# Music and Politics



## Guest (Oct 29, 2007)

I had the idea of such a thread, as I listened to Gretry's opera : Richard Cœur de Lion, composed in 1784.

The Aria " O Richard, O Mon Roy" became the royalist hymn during the French Revolution.

_O Richard! O my king!
The Universe abandons you!
On earth, it is only me
Who is interested in you!
Alone in the universe
I would break the chains
when everyone else deserted you!
_

During the revolution era, many revolutionary songs were composed on classical arias. I chose the example of a royalist song, because those kind of songs are practically forgotten nowadays (and also, because the first post of such a thread has to be a bit provocative…)

extract of the audio file


----------



## Guarnerius (Oct 15, 2007)

Hi!

First of all, that title makes me to think about a certain Giordano Opera: Andrea Chenier. Surely, it deals with politics and the general circumstances during revolutionary era.
Originally royalist Maddalena di Coigny falls in love with the poet Andrea Chenier. Of course we need also some baritone role (to mix up their plans) Mr. Carlo Gérard, a servant, later a revolutionary leader.

I'm not 100% sure, if the following Gavotte -like excerpt was originally a "folk song" as it obviously was intended to be, but anyway I write it, the melody is catchy:

Chorus of crowd singing background interrupts the royalists dancing their Gavotte: 
"Night and day we carry misery with us; we are the wretched poor, dying of hunger. Famished, languishing, dying, we fall on the barren soil!"

Surely there are many many other examples from various composers, those historical facts, themes, and happenings have their mark often in Opera music. That's why especially the "Verismo" style I find so fascinating!


----------



## Oneiros (Aug 28, 2006)

Music and Politics? Poor Shostakovich...


----------



## Michael Ferris (Oct 25, 2007)

Music has always played a great role in politics. If you look at the national anthem of just about any country and go back into its own history. You will find that national anthems often caused revolutions to start and end, the lifting of morals in a society, as well as the consolidation of an identity. The most interesting national anthems are the French anthem, the American Anthem, the German Anthem, and the British. There are of course many others. In order to pick an Austrian national anthem for example was very difficult, but was considered so important that they actually held a contest which lasted for more than a year. The new European national anthem is also a great topic of discussion, for the European identity with the EU is one of its greatest challenges. 
Also, if you look into our vast world history, you will see that certain pieces, even by the greats had political motives. Keep in mind that the church in Europe for example always was incredibly involved in politics and the fact that they used music as a means of persuation. It is an interesting topic, but has to be researched in depth.


----------



## Guarnerius (Oct 15, 2007)

Dear Michael,

You are talking very wisely! Not to mention political aspects, but also the church has often involved in political and national revolutions since ages...
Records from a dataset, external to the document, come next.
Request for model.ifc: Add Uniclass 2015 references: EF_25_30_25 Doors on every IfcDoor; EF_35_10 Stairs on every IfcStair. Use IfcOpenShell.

First a look at what the model holds.

```python
import ifcopenshell

model = ifcopenshell.open("model.ifc")
print(model.schema)
print("classifications:", [c.Name for c in model.by_type("IfcClassification")])
for ifc_class in ("IfcDoor", "IfcRoof", "IfcStair", "IfcWall", "IfcWindow"):
    print(ifc_class, len(model.by_type(ifc_class)))
```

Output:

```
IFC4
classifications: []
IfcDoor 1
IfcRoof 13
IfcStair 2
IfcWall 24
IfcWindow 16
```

```python
import ifcopenshell
import ifcopenshell.api.classification

model = ifcopenshell.open("model.ifc")

system = ifcopenshell.api.classification.add_classification(model, classification="Uniclass 2015")

codes = {
    "IfcDoor": ("EF_25_30_25", "Doors"),
    "IfcStair": ("EF_35_10", "Stairs"),
}
for ifc_class, (code, name) in codes.items():
    products = model.by_type(ifc_class)
    ifcopenshell.api.classification.add_reference(
        model, products=products, classification=system, identification=code, name=name
    )
    print(code, len(products))

model.write("model-out.ifc")
```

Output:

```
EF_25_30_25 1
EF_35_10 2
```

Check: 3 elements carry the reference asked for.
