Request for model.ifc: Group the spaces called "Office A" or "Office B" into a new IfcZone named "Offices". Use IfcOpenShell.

First a look at what the model holds.

```python
import ifcopenshell

model = ifcopenshell.open("model.ifc")
print(model.schema)
seen = {}
for space in model.by_type("IfcSpace"):
    seen[space.LongName] = seen.get(space.LongName, 0) + 1
for name, count in sorted(seen.items(), key=str):
    print(count, "x", name)
print("zones:", [z.Name for z in model.by_type("IfcZone")][:20])
```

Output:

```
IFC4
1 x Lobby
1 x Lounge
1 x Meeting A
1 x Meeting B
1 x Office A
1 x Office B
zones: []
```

```python
import ifcopenshell
import ifcopenshell.api.group
import ifcopenshell.api.root

model = ifcopenshell.open("model.ifc")

names = {"Office A", "Office B"}
spaces = [s for s in model.by_type("IfcSpace") if s.LongName in names]

zone = ifcopenshell.api.root.create_entity(model, ifc_class="IfcZone", name="Offices")
ifcopenshell.api.group.assign_group(model, products=spaces, group=zone)
print(len(spaces), "spaces in", zone.Name)

model.write("model_v2.ifc")
```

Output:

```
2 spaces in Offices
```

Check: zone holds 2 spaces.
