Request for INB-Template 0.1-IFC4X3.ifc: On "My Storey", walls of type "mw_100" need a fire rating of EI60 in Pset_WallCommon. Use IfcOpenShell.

First a look at what the model holds.

```python
import ifcopenshell
import ifcopenshell.util.element

model = ifcopenshell.open("INB-Template 0.1-IFC4X3.ifc")
print(model.schema)
storey = next(s for s in model.by_type("IfcBuildingStorey") if s.Name == "My Storey")
walls = [e for e in ifcopenshell.util.element.get_decomposition(storey) if e.is_a("IfcWall")]
seen = {}
for e in walls:
    element_type = ifcopenshell.util.element.get_type(e)
    key = (element_type.Name if element_type != e and element_type else None, ifcopenshell.util.element.get_pset(e, "Pset_WallCommon", "FireRating"))
    seen[key] = seen.get(key, 0) + 1
for (name, value), count in sorted(seen.items(), key=str):
    print(count, "x", name, "|", value)
```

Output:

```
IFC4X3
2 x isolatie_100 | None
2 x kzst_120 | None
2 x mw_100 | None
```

```python
import ifcopenshell
import ifcopenshell.api.pset
import ifcopenshell.util.element

model = ifcopenshell.open("INB-Template 0.1-IFC4X3.ifc")

storey = next(s for s in model.by_type("IfcBuildingStorey") if s.Name == "My Storey")
walls = [e for e in ifcopenshell.util.element.get_decomposition(storey) if e.is_a("IfcWall")]

count = 0
for e in walls:
    element_type = ifcopenshell.util.element.get_type(e)
    if element_type in (None, e) or element_type.Name != "mw_100":
        continue
    # add_pset returns the element's existing set when there is one.
    pset = ifcopenshell.api.pset.add_pset(model, product=e, name="Pset_WallCommon")
    ifcopenshell.api.pset.edit_pset(model, pset=pset, properties={"FireRating": "EI60"})
    count += 1

print(count, "walls updated")

model.write("INB-Template 0.1-IFC4X3_v2.ifc")
```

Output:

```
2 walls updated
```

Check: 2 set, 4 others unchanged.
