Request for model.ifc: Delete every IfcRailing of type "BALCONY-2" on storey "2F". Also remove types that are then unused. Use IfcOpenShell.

First a look at what the model holds.

```python
import ifcopenshell
import ifcopenshell.util.element

model = ifcopenshell.open("model.ifc")
print(model.schema)
storey = next(s for s in model.by_type("IfcBuildingStorey") if s.Name == "2F")
railings = [e for e in ifcopenshell.util.element.get_decomposition(storey) if e.is_a("IfcRailing")]
seen = {}
for e in railings:
    element_type = ifcopenshell.util.element.get_type(e)
    name = element_type.Name if element_type not in (None, e) else None
    seen[name] = seen.get(name, 0) + 1
for name, count in sorted(seen.items(), key=str):
    print(count, "x", name)
```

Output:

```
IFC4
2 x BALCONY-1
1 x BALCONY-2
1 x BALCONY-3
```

```python
import ifcopenshell
import ifcopenshell.api.root
import ifcopenshell.util.element

model = ifcopenshell.open("model.ifc")

storey = next(s for s in model.by_type("IfcBuildingStorey") if s.Name == "2F")
railings = [e for e in ifcopenshell.util.element.get_decomposition(storey) if e.is_a("IfcRailing")]
targets = [e for e in railings if (t := ifcopenshell.util.element.get_type(e)) not in (None, e) and t.Name == "BALCONY-2"]
types = {ifcopenshell.util.element.get_type(e) for e in targets} - {None, *targets}

for e in targets:
    ifcopenshell.api.root.remove_product(model, product=e)
print(len(targets), "removed")

unused = [t for t in types if not ifcopenshell.util.element.get_types(t)]
for t in unused:
    ifcopenshell.api.root.remove_product(model, product=t)
print(len(unused), "unused types removed")

model.write("model_rev.ifc")
```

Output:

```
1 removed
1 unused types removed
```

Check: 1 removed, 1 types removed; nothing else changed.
Now You mentioned that church, it makes me to think about Verdi's Don Carlos. There is Filip II (King of Spain), and his son Don Carlos and his (or both) beloved French Elisabetta. What a problematic situation..! The happenings are directly related to the exciting political situations in those days... And surely, so popular idea in Operas is the fear of church power, that awesome Grand Inquisitior (my favourites Raimondi, Ghiaurov, Salminen), I mean.

So what is the grand conclusion: Music can reflect not only the fictious themes, but as well quite real happenings in individual lifes and also larger contexts, politics included, which makes it even more interesting! It gives to the listener some extra "kicks" to think, those details were happened in real life (at least partly), not just fictitious! Also it is fascinating to notice, what was the general atmosphere and opinions at the moment, when the composition was made (nowadays, our point of view is naturally different, when we already know the wider consequences etc.). But that is totally different story...


----------



## Guest (Nov 15, 2007)

When I started the thread, I thought carelessly of things without importance, but I realize, now, that it is a very thorny issue. Politic influences music, music fires politic eloquence, politic encourages or persecutes musicians, religions inspire composers as where as Politic Inspires Religions – or the contrary… Difficult, indeed, and I don’t know what to say, now…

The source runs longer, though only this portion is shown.